「ある会社顧問(防衛省元将官)の独り言」
 第8回 教育(知育、徳育、体育)について(4)

堀口 紀博

 教育は知育、徳育、体育に区分されます。学校教育は、小学校から最高学府まで知育、体育が中心です、体育には大学もありますが、近年、子供たちの体力低下が指摘されています。では、徳育教育はどこでやっているのでしょう?徳育教育を忘れた日本の状況は、どのようなものでありましょう?
 政治は、最高の教育を修めた人々が行っていますが(?)国民はまだまだと不満を述べ、社会が悪い、世の中が悪いと他のせいにして不平ばかりが聞こえてきます。政治家が悪いのでしょうか(悪い政治家もいるでしょうが)。
 経済は、最高の情報と、最高のコンピューターと、最高の頭脳も持った人々が司っているのに、バブルが生じ、弾けました。バブルの最中、日本の国を売ればアメリカが2個買えると言う発言までありました。経済人が悪いのか?

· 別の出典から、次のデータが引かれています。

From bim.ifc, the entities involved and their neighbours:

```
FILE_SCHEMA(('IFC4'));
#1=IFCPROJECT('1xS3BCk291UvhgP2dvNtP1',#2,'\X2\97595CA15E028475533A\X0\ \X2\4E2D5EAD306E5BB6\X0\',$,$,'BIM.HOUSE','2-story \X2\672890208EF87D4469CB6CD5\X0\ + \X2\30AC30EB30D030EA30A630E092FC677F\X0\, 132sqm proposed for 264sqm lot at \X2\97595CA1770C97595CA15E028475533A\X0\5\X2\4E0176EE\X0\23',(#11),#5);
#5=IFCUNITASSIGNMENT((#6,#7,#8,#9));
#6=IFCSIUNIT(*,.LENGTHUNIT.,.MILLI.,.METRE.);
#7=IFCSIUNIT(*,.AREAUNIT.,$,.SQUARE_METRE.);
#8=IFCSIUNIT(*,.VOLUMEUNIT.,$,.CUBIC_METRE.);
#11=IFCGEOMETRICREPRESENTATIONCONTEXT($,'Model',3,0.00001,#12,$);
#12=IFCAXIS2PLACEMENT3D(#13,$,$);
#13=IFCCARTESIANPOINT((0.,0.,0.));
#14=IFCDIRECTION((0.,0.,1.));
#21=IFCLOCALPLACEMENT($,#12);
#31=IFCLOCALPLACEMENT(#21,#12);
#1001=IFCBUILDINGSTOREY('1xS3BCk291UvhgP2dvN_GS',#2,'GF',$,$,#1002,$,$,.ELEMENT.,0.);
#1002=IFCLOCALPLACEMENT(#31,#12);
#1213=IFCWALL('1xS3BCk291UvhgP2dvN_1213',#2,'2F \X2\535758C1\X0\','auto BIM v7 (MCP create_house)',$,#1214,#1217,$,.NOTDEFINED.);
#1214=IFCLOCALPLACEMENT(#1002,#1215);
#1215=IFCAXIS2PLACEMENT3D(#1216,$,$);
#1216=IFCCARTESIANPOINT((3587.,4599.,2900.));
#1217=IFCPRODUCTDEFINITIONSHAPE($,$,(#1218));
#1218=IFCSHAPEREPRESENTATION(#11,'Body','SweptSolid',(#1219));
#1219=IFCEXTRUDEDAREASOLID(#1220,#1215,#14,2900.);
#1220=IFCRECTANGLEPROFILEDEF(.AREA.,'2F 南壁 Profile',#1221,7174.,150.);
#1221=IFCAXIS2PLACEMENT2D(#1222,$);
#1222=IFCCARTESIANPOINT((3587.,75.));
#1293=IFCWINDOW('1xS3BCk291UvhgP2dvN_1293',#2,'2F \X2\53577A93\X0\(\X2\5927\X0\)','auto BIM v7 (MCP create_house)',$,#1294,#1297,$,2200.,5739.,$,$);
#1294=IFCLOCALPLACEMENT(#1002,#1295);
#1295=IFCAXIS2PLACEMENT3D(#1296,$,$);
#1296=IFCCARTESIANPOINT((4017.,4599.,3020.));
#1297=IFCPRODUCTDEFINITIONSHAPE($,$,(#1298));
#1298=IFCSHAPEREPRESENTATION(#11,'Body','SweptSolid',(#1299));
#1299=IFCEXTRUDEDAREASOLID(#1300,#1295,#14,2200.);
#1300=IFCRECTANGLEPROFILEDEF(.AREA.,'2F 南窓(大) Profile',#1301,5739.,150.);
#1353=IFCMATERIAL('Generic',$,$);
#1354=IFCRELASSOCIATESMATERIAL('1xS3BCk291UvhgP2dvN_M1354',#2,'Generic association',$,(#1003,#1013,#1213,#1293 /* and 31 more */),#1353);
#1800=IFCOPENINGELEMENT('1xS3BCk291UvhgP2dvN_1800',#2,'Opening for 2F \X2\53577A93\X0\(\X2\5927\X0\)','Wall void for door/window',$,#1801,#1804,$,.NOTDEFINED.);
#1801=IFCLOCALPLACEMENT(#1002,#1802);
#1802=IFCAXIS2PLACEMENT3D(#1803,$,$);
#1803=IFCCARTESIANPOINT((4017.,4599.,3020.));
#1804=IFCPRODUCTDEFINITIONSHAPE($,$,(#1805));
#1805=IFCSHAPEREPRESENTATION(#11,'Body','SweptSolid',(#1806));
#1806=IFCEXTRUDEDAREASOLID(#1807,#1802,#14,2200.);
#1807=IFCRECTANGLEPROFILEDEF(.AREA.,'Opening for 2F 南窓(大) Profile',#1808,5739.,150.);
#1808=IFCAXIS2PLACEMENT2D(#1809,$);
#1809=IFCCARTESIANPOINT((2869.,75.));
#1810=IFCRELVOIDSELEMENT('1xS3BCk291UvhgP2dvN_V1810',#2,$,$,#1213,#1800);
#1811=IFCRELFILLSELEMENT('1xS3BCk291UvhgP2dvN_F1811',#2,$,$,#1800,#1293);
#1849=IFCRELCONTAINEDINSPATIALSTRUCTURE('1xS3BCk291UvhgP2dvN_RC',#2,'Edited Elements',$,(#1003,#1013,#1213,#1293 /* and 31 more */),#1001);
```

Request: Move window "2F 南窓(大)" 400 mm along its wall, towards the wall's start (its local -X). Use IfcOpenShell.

```python
import ifcopenshell
import ifcopenshell.api.geometry
import ifcopenshell.util.placement
import ifcopenshell.util.unit

model = ifcopenshell.open("bim.ifc")
unit_scale = ifcopenshell.util.unit.calculate_unit_scale(model)

window = model.by_id(1293)
opening = window.FillsVoids[0].RelatingOpeningElement
wall = opening.VoidsElements[0].RelatingBuildingElement

wall_matrix = ifcopenshell.util.placement.get_local_placement(wall.ObjectPlacement)
shift = wall_matrix[:3, 0] * -0.4 / unit_scale
before = ifcopenshell.util.placement.get_local_placement(window.ObjectPlacement)[:3, 3].copy()

# The window is not placed relative to its opening, so move both.
for product in (opening, window):
    matrix = ifcopenshell.util.placement.get_local_placement(product.ObjectPlacement)
    matrix[:3, 3] += shift
    ifcopenshell.api.geometry.edit_object_placement(model, product=product, matrix=matrix, is_si=False)

after = ifcopenshell.util.placement.get_local_placement(window.ObjectPlacement)[:3, 3]
print("window moved by", (after - before).round(3) + 0.0)

model.write("bim_rev.ifc")
```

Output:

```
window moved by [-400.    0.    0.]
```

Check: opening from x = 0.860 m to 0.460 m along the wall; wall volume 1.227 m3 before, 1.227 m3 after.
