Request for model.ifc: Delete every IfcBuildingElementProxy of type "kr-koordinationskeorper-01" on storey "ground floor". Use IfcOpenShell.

First a look at what the model holds.

```python
import ifcopenshell
import ifcopenshell.util.element

model = ifcopenshell.open("model.ifc")
print(model.schema)
storey = next(s for s in model.by_type("IfcBuildingStorey") if s.Name == "ground floor")
proxies = [e for e in ifcopenshell.util.element.get_decomposition(storey) if e.is_a("IfcBuildingElementProxy")]
seen = {}
for e in proxies:
    element_type = ifcopenshell.util.element.get_type(e)
    name = element_type.Name if element_type not in (None, e) else None
    seen[name] = seen.get(name, 0) + 1
for name, count in sorted(seen.items(), key=str):
    print(count, "x", name)
```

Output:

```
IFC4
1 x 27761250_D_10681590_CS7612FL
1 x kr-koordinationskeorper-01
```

```python
import ifcopenshell
import ifcopenshell.api.root
import ifcopenshell.util.element

model = ifcopenshell.open("model.ifc")

storey = next(s for s in model.by_type("IfcBuildingStorey") if s.Name == "ground floor")
proxies = [e for e in ifcopenshell.util.element.get_decomposition(storey) if e.is_a("IfcBuildingElementProxy")]
targets = [e for e in proxies if (t := ifcopenshell.util.element.get_type(e)) not in (None, e) and t.Name == "kr-koordinationskeorper-01"]

for e in targets:
    ifcopenshell.api.root.remove_product(model, product=e)
print(len(targets), "removed")

model.write("model_updated.ifc")
```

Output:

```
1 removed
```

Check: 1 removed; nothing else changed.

 社会情勢では、世の中の常識がブレ出しています。誰でも良いから殺したいなどと言う人まで出現し、かなり物騒な世相であるようです。
 これらの原因の多くは、子供たちに知育を中心にし、徳育を忘れた戦後教育なのかもしれません。何のために教育をするのか、国民が今日より明日、明日より明後日のほうが幸せに成る為、成れる為ではないでしょうか。教育の目的はまさに富国強兵(国家が独立し、国民が幸せになれる状態)の為と言えましょう。徳育について、日教組幹部は「大切だけれども、何をどのように教えたらいいのか分らない。徳育を教えようとすれば、教育勅語に帰ってしまうから過去を反省し、全て悪いと教えている立場からそんなことは口が裂けても言え無い」とか発言していました。しかし、学級崩壊などが現場では起こっています。
 徳育の難しさは、知っているだけではいけないことです。知らないのはもっと駄目ですが。例えば、親孝行をしろ、兄弟は仲良くしろ、夫婦は共に助けあえ、友とは信じあえ、と教えても、その評価は極めて困難であります。

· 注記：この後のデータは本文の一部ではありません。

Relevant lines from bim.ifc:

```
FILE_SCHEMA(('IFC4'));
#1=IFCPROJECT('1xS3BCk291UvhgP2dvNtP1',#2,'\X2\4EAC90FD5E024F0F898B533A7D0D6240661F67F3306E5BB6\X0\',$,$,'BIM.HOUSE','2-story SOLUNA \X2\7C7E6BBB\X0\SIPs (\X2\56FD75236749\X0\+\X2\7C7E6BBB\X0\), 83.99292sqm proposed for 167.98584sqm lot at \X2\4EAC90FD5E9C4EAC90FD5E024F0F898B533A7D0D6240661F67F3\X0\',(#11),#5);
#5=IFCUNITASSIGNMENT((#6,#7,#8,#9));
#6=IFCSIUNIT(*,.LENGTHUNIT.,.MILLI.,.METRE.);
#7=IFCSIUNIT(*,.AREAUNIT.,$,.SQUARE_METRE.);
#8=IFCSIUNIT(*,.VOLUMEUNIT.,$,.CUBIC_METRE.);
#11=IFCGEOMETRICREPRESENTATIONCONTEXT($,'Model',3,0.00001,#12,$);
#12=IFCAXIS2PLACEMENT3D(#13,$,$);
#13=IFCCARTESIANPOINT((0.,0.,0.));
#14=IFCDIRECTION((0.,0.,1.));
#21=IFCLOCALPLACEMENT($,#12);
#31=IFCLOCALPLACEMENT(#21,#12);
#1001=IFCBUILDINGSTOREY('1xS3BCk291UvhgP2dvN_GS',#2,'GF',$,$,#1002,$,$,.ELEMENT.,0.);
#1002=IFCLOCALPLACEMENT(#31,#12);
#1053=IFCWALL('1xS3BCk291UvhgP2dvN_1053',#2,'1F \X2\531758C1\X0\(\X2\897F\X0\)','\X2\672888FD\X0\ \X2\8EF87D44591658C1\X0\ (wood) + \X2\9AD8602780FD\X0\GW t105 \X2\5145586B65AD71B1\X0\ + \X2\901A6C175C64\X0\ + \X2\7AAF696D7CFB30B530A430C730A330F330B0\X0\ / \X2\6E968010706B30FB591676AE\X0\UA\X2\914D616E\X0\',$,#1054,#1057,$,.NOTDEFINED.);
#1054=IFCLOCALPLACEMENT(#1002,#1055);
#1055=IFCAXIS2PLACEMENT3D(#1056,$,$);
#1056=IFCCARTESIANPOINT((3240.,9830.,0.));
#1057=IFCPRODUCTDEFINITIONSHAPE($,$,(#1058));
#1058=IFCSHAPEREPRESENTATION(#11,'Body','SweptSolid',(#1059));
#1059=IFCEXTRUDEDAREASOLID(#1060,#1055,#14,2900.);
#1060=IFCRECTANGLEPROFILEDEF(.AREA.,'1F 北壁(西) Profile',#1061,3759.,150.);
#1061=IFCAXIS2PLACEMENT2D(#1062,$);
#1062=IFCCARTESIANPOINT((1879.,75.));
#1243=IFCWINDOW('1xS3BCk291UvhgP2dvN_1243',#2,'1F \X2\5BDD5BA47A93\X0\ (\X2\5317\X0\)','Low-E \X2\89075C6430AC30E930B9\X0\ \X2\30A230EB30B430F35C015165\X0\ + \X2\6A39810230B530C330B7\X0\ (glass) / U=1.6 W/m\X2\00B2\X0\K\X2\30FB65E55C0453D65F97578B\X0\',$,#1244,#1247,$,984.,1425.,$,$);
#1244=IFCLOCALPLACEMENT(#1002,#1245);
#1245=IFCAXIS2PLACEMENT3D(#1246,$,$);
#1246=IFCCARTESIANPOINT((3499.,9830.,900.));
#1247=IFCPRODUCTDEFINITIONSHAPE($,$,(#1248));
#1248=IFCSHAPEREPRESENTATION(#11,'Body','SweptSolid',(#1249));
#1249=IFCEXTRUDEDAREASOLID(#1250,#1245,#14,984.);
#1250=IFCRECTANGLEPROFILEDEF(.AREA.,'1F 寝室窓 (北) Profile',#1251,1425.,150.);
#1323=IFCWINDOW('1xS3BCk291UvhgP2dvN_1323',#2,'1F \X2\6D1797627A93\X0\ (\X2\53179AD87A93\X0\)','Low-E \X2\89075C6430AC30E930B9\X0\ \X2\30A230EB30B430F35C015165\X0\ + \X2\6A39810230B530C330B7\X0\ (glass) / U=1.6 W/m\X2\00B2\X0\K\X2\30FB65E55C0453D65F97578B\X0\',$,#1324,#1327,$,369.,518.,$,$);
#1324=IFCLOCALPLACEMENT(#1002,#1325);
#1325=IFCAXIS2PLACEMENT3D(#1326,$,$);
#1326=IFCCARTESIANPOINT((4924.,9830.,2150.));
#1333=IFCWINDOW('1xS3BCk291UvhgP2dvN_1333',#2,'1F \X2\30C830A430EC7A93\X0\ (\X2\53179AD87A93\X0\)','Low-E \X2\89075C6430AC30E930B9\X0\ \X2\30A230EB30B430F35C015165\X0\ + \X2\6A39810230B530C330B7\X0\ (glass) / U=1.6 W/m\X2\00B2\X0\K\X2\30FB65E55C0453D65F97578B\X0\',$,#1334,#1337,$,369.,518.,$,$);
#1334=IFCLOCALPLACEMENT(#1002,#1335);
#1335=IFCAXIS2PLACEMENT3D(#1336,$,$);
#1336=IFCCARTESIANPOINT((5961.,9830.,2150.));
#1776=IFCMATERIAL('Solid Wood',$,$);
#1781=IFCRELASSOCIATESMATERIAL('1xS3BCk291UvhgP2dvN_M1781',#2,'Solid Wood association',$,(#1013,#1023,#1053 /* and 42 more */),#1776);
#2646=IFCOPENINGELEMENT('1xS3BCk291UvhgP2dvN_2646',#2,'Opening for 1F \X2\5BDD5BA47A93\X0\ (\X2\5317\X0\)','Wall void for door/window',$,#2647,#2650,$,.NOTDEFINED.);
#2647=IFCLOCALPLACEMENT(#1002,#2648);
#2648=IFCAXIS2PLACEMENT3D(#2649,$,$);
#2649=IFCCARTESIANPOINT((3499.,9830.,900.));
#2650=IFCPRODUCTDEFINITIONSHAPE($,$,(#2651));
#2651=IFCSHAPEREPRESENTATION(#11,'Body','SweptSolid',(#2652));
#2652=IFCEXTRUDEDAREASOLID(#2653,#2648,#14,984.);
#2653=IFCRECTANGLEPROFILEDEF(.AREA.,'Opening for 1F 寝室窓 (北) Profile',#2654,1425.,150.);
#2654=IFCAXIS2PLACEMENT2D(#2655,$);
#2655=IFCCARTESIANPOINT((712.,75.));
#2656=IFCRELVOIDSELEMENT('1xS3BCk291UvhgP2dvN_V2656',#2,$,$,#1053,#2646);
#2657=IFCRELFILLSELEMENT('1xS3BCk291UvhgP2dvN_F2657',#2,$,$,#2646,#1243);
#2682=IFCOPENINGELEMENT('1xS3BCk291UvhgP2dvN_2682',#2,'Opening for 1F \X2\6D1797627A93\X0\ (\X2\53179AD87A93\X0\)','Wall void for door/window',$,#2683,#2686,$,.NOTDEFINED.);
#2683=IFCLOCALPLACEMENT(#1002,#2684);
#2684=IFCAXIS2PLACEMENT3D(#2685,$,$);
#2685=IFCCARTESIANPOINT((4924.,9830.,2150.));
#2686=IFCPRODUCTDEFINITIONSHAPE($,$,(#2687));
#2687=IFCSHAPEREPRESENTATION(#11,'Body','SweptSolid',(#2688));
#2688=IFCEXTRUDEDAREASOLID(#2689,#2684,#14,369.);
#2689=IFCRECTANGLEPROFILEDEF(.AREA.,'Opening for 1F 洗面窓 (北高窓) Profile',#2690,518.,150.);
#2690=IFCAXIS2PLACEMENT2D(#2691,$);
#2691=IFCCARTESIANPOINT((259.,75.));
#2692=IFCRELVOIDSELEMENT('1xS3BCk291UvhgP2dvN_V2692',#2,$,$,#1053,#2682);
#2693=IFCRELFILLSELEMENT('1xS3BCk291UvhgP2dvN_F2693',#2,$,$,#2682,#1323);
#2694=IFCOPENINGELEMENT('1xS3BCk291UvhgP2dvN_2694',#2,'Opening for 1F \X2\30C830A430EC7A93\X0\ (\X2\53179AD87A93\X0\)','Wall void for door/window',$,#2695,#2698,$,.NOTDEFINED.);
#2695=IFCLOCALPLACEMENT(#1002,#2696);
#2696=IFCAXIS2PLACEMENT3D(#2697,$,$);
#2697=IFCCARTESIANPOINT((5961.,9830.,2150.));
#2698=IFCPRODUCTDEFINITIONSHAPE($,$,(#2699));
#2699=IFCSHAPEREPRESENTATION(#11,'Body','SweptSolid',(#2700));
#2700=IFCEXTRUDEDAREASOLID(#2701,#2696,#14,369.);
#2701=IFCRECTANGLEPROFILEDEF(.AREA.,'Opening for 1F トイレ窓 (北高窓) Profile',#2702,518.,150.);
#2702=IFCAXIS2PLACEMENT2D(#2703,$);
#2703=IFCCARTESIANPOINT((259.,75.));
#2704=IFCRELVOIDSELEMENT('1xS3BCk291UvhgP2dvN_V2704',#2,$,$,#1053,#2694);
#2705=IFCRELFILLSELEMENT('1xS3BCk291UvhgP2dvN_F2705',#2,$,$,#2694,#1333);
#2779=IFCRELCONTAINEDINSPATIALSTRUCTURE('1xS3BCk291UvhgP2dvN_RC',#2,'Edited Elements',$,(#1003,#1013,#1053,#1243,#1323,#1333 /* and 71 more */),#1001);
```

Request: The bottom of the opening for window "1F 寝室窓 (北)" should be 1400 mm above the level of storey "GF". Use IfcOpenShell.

```python
import numpy as np
import ifcopenshell
import ifcopenshell.api.geometry
import ifcopenshell.geom
import ifcopenshell.util.element
import ifcopenshell.util.placement
import ifcopenshell.util.shape
import ifcopenshell.util.unit

model = ifcopenshell.open("bim.ifc")
unit_scale = ifcopenshell.util.unit.calculate_unit_scale(model)

window = model.by_guid("1xS3BCk291UvhgP2dvN_1243")
opening = window.FillsVoids[0].RelatingOpeningElement
storey = ifcopenshell.util.element.get_container(window, ifc_class="IfcBuildingStorey")
level = ifcopenshell.util.placement.get_local_placement(storey.ObjectPlacement)[2, 3]

# The opening's origin need not be at the sill, so measure its lowest point.
shape = ifcopenshell.geom.create_shape(ifcopenshell.geom.settings(), opening)
bottom = ifcopenshell.util.shape.get_shape_bottom_elevation(shape, shape.geometry) / unit_scale
dz = level + 1.4 / unit_scale - bottom

shift = np.array([0.0, 0.0, dz])
# The window is not placed relative to its opening, so move both.
for product in (opening, window):
    matrix = ifcopenshell.util.placement.get_local_placement(product.ObjectPlacement)
    matrix[:3, 3] += shift
    ifcopenshell.api.geometry.edit_object_placement(model, product=product, matrix=matrix, is_si=False)

print(f"moved by {dz * unit_scale:+.3f} m")

model.write("bim_edited.ifc")
```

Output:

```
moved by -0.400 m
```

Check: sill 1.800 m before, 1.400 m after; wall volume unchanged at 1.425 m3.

 「親孝行をする事は良い事です、○か×」と問えば、○が正しい。これは知っているだけであり、知育になっているのです。徳育とは知っているだけではなく、行動に現さないといけないのです。評価基準を作ることは難しく知育に直ぐに変化してしまいます。実践の場でなければ評価する事は出来ません。嘘を言ってはいけないことは、誰しも知っていますが、嘘を言わないように日常生活を送りつづける事は、至難の業です。顧客から信頼され、「この人ならば」と言われている人がいるとすれば(多分沢山いるでしょうが)、その人は徳育が体の一部と成っていると言えましょう。

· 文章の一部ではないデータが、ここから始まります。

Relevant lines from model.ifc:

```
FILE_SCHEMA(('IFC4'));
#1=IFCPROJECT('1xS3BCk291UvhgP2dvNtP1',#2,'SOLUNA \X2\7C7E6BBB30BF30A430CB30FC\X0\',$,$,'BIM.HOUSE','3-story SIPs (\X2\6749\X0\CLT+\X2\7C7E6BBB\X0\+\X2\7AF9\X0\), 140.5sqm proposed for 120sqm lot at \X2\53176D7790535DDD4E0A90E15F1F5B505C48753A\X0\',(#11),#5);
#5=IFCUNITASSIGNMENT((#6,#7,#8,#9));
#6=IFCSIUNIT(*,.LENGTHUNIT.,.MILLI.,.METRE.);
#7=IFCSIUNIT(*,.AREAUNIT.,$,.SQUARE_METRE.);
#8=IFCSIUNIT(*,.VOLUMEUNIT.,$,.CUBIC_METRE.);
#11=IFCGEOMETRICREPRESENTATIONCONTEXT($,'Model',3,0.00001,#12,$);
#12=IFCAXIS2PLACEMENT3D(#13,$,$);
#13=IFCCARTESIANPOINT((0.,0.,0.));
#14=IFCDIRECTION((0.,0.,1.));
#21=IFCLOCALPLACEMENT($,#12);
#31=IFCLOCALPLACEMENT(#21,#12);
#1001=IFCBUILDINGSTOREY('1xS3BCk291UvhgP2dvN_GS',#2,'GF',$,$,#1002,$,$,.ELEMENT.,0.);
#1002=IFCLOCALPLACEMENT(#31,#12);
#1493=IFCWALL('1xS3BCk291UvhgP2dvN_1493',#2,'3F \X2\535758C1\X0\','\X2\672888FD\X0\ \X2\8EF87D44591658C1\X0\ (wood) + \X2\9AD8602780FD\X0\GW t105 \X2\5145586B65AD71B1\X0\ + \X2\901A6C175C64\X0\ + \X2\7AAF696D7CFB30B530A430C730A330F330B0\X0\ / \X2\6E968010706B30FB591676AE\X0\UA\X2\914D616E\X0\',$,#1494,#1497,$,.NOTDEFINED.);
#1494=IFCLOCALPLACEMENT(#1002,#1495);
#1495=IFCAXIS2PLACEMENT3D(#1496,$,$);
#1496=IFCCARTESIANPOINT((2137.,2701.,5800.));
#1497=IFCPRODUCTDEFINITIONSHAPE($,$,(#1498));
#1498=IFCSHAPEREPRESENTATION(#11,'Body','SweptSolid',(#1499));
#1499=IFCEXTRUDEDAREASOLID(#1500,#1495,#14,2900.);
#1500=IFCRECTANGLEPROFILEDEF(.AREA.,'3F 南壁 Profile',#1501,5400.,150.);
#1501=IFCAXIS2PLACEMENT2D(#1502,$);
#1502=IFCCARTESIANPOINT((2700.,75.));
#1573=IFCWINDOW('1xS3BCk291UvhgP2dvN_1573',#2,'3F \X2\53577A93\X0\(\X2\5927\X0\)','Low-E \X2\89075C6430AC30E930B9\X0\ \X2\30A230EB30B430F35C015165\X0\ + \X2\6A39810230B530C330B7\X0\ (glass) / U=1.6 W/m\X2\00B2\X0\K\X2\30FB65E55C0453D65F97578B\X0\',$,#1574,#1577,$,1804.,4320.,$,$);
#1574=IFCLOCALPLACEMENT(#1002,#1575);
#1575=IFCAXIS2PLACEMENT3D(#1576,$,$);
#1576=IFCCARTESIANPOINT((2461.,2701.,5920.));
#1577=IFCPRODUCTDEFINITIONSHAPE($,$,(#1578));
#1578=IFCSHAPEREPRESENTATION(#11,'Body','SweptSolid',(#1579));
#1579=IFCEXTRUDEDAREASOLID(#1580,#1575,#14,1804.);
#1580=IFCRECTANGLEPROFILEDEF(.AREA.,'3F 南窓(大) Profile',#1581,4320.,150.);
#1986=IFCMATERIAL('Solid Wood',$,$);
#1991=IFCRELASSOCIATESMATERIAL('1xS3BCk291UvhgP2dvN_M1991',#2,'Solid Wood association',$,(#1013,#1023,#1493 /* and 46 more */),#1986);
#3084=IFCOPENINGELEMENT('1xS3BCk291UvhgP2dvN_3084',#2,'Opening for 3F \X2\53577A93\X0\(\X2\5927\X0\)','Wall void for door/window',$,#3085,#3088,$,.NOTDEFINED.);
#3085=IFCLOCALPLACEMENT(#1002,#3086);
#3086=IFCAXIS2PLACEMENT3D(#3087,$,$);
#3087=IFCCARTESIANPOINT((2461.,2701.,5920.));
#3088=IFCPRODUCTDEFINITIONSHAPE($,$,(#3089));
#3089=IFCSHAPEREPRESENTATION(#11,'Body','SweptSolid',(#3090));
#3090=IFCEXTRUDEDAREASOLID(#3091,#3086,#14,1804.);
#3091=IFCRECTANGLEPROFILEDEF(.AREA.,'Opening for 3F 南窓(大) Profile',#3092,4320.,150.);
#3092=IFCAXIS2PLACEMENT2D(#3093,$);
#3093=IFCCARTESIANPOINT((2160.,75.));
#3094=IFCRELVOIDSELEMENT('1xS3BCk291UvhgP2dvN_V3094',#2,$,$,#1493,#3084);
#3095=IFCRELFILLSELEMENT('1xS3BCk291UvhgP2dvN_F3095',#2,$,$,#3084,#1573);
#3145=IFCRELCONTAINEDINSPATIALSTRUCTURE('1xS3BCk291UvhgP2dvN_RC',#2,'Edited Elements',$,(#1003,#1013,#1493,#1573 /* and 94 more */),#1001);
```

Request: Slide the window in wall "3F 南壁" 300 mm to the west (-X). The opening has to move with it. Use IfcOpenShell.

```python
import ifcopenshell
import ifcopenshell.api.geometry
import ifcopenshell.util.placement

model = ifcopenshell.open("model.ifc")

window = model.by_guid("1xS3BCk291UvhgP2dvN_1573")
opening = window.FillsVoids[0].RelatingOpeningElement
wall = opening.VoidsElements[0].RelatingBuildingElement

wall_matrix = ifcopenshell.util.placement.get_local_placement(wall.ObjectPlacement)
shift = wall_matrix[:3, 0] * -300.0
before = ifcopenshell.util.placement.get_local_placement(window.ObjectPlacement)[:3, 3].copy()

# The window is not placed relative to its opening, so move both.
for product in (opening, window):
    matrix = ifcopenshell.util.placement.get_local_placement(product.ObjectPlacement)
    matrix[:3, 3] += shift
    ifcopenshell.api.geometry.edit_object_placement(model, product=product, matrix=matrix, is_si=False)

after = ifcopenshell.util.placement.get_local_placement(window.ObjectPlacement)[:3, 3]
print("window moved by", (after - before).round(3) + 0.0)

model.write("model-out.ifc")
```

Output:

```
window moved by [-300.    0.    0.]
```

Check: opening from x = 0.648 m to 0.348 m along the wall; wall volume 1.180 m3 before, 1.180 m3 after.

 商売、販売とは物を売るのではなく、人を売ると言われますが、まさに「徳育」を身に付けている人こそ、売るものがあるといえます。100年の大計のために、知るのみでなく、徳育を実行できる人が、一人でも多く出現していただきたいと思います。それはアナタのため、家族のため、会社のため、そして日本のためです。